The $18.2 billion in U.S.-stock outflows were the largest for the asset class since July’s $22.7 billion in net redemptions. Even passively managed U.S.-stock funds, which have actually enjoyed inflows in recent years, had $3.5 billion in outflows. This was just the third month in the past three years in which passively managed equity outflows surpassed $1.5 billion. Overall, U.S.-stock outflows hit $53.5 billion for the year-to-date.

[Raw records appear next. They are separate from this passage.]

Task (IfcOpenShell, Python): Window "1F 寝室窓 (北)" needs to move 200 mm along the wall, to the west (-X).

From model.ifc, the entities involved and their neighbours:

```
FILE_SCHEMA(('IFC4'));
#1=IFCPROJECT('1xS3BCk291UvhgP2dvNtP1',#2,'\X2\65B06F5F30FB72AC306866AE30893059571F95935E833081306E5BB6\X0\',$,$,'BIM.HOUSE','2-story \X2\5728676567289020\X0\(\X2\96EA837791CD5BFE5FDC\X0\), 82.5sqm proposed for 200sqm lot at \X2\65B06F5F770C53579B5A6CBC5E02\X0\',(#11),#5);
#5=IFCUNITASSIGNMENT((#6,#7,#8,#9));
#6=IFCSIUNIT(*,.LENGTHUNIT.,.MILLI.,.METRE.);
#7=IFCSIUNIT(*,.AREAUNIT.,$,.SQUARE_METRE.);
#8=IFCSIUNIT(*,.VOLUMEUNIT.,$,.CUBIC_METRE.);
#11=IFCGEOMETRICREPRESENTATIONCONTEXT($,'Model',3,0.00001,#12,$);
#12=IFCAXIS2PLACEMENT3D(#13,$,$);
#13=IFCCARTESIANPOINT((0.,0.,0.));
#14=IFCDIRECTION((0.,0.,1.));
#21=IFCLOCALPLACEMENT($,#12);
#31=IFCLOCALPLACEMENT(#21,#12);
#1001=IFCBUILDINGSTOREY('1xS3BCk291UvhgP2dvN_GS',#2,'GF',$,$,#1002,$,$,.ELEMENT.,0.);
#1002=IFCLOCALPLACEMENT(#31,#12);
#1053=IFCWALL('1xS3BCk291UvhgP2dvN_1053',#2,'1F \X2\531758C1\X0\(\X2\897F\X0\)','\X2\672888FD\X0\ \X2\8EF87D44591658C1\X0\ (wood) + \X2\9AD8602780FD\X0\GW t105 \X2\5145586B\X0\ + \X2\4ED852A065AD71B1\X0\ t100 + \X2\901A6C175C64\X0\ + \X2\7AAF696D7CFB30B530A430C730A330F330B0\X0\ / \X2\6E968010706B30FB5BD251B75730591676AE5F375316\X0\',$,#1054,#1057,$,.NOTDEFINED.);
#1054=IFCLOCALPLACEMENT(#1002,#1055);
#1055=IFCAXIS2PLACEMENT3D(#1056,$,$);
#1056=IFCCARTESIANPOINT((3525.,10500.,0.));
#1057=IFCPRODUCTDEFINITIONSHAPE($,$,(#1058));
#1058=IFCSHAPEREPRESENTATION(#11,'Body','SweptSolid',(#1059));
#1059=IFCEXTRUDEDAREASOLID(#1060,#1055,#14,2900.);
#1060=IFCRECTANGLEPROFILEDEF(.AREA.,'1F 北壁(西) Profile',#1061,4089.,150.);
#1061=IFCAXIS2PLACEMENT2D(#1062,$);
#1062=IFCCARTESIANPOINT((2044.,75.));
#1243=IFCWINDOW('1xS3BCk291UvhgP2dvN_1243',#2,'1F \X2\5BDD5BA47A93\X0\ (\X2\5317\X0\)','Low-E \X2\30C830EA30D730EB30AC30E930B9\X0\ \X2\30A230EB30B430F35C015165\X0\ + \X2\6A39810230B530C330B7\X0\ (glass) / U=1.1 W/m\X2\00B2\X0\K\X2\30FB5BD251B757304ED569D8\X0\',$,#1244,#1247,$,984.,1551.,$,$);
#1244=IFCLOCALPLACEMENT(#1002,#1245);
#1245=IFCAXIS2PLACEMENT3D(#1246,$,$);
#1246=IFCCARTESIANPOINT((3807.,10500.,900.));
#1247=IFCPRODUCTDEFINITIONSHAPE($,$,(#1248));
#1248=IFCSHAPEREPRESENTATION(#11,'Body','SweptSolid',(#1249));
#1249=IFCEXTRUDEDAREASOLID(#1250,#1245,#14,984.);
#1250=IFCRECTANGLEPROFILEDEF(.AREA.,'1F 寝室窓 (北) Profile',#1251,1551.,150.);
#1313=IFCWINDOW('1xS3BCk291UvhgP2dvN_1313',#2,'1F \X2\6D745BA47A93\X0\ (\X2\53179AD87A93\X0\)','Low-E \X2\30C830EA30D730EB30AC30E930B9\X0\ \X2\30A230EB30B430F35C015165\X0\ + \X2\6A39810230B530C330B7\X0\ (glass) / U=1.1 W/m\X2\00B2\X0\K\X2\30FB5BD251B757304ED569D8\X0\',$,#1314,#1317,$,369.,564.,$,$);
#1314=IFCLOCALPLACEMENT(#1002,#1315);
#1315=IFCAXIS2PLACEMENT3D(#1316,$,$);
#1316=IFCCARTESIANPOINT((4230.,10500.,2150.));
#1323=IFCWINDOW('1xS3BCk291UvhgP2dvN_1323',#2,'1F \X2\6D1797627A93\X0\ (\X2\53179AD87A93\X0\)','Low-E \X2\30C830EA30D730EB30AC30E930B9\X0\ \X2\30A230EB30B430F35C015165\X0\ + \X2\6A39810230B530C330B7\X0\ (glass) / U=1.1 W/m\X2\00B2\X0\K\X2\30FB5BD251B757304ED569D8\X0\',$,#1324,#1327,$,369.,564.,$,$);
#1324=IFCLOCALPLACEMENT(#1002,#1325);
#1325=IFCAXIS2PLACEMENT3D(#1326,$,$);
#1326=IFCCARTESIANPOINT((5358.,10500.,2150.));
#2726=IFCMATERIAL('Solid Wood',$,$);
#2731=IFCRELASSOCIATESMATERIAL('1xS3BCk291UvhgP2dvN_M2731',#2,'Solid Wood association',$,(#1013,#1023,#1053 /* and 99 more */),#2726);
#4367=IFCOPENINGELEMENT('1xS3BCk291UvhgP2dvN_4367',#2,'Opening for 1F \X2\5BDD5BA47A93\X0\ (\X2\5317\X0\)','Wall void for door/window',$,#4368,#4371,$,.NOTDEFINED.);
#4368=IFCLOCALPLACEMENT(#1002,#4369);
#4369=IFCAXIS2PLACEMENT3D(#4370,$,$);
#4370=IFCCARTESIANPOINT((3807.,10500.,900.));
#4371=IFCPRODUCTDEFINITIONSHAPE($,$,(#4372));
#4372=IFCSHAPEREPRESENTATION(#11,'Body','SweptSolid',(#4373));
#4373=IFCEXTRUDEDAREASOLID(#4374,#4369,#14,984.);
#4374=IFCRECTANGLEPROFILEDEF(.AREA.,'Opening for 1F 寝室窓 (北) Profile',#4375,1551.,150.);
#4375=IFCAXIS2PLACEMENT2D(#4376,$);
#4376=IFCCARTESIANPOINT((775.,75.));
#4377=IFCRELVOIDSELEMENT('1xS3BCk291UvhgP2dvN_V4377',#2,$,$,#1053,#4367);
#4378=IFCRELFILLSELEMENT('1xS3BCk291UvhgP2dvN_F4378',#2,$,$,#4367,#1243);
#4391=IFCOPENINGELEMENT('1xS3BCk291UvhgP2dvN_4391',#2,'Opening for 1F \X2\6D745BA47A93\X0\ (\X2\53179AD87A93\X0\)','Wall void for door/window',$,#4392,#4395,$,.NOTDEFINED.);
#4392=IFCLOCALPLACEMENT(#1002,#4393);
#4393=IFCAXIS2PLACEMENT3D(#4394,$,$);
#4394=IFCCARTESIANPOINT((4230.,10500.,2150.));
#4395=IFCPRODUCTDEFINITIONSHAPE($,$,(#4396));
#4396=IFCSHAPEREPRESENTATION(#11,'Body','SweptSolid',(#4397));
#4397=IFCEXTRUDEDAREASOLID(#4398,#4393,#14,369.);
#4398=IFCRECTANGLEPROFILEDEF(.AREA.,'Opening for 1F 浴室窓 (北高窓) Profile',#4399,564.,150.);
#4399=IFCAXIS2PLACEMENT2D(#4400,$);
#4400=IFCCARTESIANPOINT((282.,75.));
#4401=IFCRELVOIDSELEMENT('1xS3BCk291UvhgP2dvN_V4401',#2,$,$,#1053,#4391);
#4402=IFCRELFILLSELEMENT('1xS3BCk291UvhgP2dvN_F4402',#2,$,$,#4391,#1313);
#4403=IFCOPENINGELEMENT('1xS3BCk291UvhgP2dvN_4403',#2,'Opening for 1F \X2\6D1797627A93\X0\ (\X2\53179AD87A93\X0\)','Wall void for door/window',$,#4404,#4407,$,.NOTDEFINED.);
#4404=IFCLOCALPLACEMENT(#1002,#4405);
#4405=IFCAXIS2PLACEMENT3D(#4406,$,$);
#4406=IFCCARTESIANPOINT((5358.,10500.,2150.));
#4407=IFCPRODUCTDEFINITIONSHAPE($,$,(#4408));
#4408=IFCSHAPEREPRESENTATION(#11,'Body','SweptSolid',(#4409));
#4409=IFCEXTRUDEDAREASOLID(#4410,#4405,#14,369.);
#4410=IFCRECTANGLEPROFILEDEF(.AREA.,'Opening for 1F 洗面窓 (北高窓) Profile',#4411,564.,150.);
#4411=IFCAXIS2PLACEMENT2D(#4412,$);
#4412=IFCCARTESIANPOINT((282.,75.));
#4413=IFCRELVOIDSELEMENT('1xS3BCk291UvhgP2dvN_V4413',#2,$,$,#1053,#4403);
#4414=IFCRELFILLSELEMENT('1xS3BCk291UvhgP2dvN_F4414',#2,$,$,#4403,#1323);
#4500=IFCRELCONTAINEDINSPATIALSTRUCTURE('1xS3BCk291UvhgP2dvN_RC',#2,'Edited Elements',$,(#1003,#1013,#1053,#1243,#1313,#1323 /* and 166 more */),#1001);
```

```python
import ifcopenshell
import ifcopenshell.api.geometry
import ifcopenshell.util.placement
import ifcopenshell.util.unit

model = ifcopenshell.open("model.ifc")
unit_scale = ifcopenshell.util.unit.calculate_unit_scale(model)

window = model.by_guid("1xS3BCk291UvhgP2dvN_1243")
opening = window.FillsVoids[0].RelatingOpeningElement
wall = opening.VoidsElements[0].RelatingBuildingElement

wall_matrix = ifcopenshell.util.placement.get_local_placement(wall.ObjectPlacement)
shift = wall_matrix[:3, 0] * -0.2 / unit_scale
before = ifcopenshell.util.placement.get_local_placement(window.ObjectPlacement)[:3, 3].copy()

# The window is not placed relative to its opening, so move both.
for product in (opening, window):
    matrix = ifcopenshell.util.placement.get_local_placement(product.ObjectPlacement)
    matrix[:3, 3] += shift
    ifcopenshell.api.geometry.edit_object_placement(model, product=product, matrix=matrix, is_si=False)

after = ifcopenshell.util.placement.get_local_placement(window.ObjectPlacement)[:3, 3]
print("window moved by", (after - before).round(3) + 0.0)

model.write("model_edited.ifc")
```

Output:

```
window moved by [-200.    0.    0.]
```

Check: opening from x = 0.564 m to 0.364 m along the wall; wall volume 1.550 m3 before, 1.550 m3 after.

As has been the case in recent months, the $2.9 billion in international-stock outflows would have been even worse if not for $2.1 billion in diversified emerging-markets equity inflows. (Most of the other major foreign-stock categories had outflows, outside of about $500 million that went into foreign large-value funds.) Emerging-market equities are underperforming U.S. stocks by a wide margin in 2011, but that hasn’t had any impact on monthly inflows. For the year-to-date through October, the diversified emerging-markets category has fallen 14.1%, while returns for the universally hated domestic large-growth category have been basically flat. Yet, emerging-markets equity funds have collected $18.7 billion so far in 2011 while large-growth funds have shed $30.4 billion.
Intermediate-term and high-yield funds in October collected a combined $18.6 billion. No other bond category came close. October's haul was the category's largest since $12.4 billion in August 2010.
On the other hand, October 2011 will go down as a record month for high-yield bond funds, and there isn’t a close second. The group collected $8.8 billion in new money. To put this in perspective, the previous monthly record was $5.8 billion in March 2003.
The only two major categories with outflows were the new nontraditional bond category and short-term bond funds, which lost $1.8 billion and $1.3 billion, respectively.
Although inflows were still slightly positive for the category in October, four of the category's most prominent funds, including American Funds Capital Income Builder, Ivy Asset Strategy, IVA Worldwide, and BlackRock Global Allocation, had combined outflows of nearly $800 million.